**About this exercise:**
Going through the entries below, copy out each line that contains "IFCFURNISHINGELEMENT".

**Dataset entries:**
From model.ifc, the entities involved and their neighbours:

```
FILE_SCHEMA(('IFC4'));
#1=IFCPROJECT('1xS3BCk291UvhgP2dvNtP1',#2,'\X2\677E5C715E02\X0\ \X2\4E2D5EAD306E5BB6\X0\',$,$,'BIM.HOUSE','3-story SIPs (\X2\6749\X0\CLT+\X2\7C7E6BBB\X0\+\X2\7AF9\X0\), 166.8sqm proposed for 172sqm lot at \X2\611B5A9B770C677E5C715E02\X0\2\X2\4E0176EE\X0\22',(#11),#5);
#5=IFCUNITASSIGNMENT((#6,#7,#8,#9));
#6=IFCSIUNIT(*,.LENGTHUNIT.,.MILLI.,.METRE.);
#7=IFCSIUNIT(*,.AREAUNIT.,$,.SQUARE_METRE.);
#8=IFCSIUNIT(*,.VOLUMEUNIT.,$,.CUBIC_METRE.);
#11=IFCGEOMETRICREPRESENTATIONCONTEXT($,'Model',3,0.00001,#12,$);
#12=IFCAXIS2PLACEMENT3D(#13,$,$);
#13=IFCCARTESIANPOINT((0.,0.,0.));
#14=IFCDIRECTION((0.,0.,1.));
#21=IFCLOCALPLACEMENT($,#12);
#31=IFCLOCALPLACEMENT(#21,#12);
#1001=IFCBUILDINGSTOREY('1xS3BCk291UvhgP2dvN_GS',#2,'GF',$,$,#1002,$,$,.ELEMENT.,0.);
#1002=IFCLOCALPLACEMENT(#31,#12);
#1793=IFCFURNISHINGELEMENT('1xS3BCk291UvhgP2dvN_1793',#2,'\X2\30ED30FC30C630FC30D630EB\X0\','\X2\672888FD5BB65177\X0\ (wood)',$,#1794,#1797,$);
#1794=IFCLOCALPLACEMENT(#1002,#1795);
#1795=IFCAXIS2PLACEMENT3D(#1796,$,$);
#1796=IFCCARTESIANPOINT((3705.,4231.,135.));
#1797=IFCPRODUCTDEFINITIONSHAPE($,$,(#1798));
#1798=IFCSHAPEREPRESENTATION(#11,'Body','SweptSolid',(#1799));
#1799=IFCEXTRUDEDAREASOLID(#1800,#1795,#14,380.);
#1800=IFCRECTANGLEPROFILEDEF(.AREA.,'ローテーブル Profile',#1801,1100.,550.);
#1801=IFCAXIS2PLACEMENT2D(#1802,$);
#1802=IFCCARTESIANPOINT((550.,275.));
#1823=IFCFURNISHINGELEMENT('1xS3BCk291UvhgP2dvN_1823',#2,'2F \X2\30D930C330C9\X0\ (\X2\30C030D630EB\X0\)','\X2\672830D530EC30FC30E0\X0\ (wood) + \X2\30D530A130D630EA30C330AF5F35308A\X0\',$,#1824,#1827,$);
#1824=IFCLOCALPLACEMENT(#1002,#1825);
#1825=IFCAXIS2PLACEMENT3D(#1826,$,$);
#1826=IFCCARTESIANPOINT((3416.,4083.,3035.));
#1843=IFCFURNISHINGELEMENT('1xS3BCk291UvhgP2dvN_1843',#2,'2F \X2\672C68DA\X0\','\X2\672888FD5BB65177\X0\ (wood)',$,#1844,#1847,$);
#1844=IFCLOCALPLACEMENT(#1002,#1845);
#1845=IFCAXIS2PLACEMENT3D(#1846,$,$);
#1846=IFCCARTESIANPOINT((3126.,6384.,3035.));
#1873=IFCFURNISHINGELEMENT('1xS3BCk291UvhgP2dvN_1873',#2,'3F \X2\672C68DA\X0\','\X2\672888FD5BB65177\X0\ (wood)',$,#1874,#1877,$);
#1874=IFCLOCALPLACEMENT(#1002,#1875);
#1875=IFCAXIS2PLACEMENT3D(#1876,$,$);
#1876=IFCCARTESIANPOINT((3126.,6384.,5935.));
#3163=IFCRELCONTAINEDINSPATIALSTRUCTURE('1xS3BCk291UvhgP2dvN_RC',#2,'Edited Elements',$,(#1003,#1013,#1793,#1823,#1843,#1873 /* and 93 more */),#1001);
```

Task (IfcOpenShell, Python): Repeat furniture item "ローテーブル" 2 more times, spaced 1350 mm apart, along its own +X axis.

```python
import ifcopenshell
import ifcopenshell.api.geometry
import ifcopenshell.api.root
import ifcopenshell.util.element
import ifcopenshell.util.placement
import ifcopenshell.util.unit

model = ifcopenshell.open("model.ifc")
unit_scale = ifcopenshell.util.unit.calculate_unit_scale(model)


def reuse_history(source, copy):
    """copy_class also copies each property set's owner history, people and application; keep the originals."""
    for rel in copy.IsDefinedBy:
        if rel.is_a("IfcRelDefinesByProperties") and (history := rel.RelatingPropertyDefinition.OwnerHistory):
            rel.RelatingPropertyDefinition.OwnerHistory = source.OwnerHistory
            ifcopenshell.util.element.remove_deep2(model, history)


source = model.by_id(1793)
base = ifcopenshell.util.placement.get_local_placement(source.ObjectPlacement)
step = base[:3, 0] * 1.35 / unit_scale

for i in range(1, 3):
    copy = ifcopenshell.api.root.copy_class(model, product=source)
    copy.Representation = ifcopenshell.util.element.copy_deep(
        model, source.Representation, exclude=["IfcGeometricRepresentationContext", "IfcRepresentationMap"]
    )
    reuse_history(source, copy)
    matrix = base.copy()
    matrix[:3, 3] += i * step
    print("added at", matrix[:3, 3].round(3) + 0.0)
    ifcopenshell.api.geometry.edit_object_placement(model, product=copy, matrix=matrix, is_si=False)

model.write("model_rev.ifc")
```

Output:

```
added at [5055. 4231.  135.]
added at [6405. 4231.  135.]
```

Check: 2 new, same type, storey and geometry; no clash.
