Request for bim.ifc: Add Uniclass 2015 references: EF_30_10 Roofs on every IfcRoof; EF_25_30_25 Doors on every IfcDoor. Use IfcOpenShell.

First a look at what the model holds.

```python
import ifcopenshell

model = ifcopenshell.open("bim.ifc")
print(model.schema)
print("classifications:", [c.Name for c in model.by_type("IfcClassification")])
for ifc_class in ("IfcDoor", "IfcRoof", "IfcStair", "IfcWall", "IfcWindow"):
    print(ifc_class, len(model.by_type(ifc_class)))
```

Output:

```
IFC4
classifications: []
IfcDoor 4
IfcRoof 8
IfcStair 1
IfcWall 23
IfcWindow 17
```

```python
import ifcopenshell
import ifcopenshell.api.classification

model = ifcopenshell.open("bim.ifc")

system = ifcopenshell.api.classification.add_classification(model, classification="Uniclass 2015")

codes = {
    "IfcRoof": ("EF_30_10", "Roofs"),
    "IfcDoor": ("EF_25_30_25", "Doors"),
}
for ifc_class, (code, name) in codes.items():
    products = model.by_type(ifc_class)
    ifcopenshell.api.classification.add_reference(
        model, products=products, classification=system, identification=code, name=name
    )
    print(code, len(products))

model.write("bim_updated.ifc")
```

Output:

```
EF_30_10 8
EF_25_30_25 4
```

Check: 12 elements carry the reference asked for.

**Exercise answer:**
#1793=IFCFURNISHINGELEMENT('1xS3BCk291UvhgP2dvN_1793',#2,'\X2\30ED30FC30C630FC30D630EB\X0\','\X2\672888FD5BB65177\X0\ (wood)',$,#1794,#1797,$);
#1823=IFCFURNISHINGELEMENT('1xS3BCk291UvhgP2dvN_1823',#2,'2F \X2\30D930C330C9\X0\ (\X2\30C030D630EB\X0\)','\X2\672830D530EC30FC30E0\X0\ (wood) + \X2\30D530A130D630EA30C330AF5F35308A\X0\',$,#1824,#1827,$);
#1843=IFCFURNISHINGELEMENT('1xS3BCk291UvhgP2dvN_1843',#2,'2F \X2\672C68DA\X0\','\X2\672888FD5BB65177\X0\ (wood)',$,#1844,#1847,$);
#1873=IFCFURNISHINGELEMENT('1xS3BCk291UvhgP2dvN_1873',#2,'3F \X2\672C68DA\X0\','\X2\672888FD5BB65177\X0\ (wood)',$,#1874,#1877,$);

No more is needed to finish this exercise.